At this point, philosophy of science becomes identical with sociology of science, and any appeal to universal validity and objectivity by physical sciences is rejected on the basis of their utter historicity, contingency, ideology, cultural bias, and so on. Even though these terms are used as household terms by many Muslims writing and thinking on modern science, they rarely appear in their defense of Islamic science, which is proposed as an alternative to the Western conceptions of science. If science, as the advocates of this view seem to imply, is culture-specific with no right to universal applicability, then this has to be true for all scientific activity whether it takes place in the 11th century Samarqand or the 20th century Sweden. This is in fact what is so clearly intended and stated by all the major expositors of the philosophy of science. If it is the modern secular science that is culturally and historically constructed, then Islamic science, as understood by this group of scholars, has to explain how and why it is entitled to universal validity and applicability. It will simply be short of logical consistency to say that Kuhn's language of paradigms is an adequate tool to explain the history of Western but not Islamic science.

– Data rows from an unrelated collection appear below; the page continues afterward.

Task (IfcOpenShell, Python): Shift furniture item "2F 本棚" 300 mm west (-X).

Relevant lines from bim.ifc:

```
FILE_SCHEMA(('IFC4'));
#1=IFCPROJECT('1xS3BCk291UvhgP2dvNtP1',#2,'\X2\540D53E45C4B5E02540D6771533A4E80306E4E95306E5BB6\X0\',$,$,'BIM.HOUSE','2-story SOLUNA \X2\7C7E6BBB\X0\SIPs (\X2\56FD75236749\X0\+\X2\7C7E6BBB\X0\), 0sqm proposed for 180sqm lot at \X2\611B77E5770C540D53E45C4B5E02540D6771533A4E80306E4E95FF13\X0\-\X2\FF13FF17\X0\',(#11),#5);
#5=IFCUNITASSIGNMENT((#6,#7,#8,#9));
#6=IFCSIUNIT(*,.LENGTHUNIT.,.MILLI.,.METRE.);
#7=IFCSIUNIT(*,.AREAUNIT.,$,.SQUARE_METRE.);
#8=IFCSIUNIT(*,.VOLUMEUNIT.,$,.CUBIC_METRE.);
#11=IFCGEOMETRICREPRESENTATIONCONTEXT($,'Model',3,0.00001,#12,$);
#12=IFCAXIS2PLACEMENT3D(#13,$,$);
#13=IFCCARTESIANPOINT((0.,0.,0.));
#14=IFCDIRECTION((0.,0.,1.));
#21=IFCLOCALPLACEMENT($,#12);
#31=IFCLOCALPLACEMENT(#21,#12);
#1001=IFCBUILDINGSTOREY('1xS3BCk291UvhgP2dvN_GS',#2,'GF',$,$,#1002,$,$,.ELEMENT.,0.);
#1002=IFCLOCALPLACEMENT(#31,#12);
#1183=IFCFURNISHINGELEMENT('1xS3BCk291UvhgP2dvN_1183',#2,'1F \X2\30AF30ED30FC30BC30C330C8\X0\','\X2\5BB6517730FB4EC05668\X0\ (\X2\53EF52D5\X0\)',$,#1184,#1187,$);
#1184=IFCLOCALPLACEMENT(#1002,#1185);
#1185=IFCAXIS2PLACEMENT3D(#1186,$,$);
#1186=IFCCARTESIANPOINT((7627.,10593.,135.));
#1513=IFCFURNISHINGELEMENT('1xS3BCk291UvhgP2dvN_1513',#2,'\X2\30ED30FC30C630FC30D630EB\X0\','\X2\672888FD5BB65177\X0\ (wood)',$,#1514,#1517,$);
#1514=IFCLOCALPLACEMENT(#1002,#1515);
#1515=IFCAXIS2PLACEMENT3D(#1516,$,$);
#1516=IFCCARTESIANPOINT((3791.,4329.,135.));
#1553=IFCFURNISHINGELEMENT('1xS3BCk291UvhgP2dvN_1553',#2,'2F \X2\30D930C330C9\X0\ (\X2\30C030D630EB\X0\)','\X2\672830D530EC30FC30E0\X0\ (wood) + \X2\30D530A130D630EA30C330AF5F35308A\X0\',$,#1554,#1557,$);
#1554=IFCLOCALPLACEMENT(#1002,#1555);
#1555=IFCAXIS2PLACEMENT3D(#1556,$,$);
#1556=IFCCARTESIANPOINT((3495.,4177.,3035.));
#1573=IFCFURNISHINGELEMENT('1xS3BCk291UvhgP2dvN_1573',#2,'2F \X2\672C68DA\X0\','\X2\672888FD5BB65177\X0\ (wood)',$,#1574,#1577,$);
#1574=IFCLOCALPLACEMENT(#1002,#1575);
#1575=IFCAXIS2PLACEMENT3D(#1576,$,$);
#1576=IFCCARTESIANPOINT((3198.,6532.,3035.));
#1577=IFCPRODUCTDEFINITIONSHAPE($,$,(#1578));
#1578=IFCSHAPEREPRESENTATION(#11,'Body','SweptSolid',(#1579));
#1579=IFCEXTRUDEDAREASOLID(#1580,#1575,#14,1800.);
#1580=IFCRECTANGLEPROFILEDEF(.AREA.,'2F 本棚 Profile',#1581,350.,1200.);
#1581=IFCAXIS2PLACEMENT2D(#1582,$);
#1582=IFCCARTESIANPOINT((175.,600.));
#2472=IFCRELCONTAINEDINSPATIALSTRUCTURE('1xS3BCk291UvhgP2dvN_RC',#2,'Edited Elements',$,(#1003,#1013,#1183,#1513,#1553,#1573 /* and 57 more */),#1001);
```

```python
import ifcopenshell
import ifcopenshell.api.geometry
import ifcopenshell.util.placement
import ifcopenshell.util.unit

model = ifcopenshell.open("bim.ifc")
unit_scale = ifcopenshell.util.unit.calculate_unit_scale(model)

item = model.by_guid("1xS3BCk291UvhgP2dvN_1573")
matrix = ifcopenshell.util.placement.get_local_placement(item.ObjectPlacement)
matrix[0, 3] -= 0.3 / unit_scale
ifcopenshell.api.geometry.edit_object_placement(model, product=item, matrix=matrix, is_si=False)

print(ifcopenshell.util.placement.get_local_placement(item.ObjectPlacement).round(3) + 0.0)

model.write("bim_rev.ifc")
```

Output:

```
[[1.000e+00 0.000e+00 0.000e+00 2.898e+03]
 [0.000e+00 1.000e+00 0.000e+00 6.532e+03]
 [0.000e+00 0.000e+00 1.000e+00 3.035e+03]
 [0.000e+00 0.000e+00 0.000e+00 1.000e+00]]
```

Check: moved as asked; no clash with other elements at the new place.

What I have called here the epistemic view of science, which has taken the form of an extremely common tendency rather than a single school of thought, has certainly raised the consciousness of the Islamic world about modern science, and contributed to the ongoing discussion of the possibility of having a scientific study of nature based on an Islamic ethos. We can, however, hardly fail to see the contradictions in this point of view especially when it is most vulnerable to the temptations of modern epistemology. The emphasis put on epistemology to the point of excluding ontology and metaphysics has grave consequences for any notion of science, and it is for this reason that we do not see any serious study of philosophy, metaphysics or cosmology among the followers of this point of view. Furthermore there is a deliberate resistance to these disciplines in spite of the fact traditional Islamic philosophy and metaphysics had functioned as a gateway between scientific knowledge and religious faith. At any rate, it remains to be seen if the adherents of the epistemic view of science will be able to overcome the subjectivist fallacy of modern philosophy, i.e., building an epistemology without articulating an adequate metaphysics and ontology.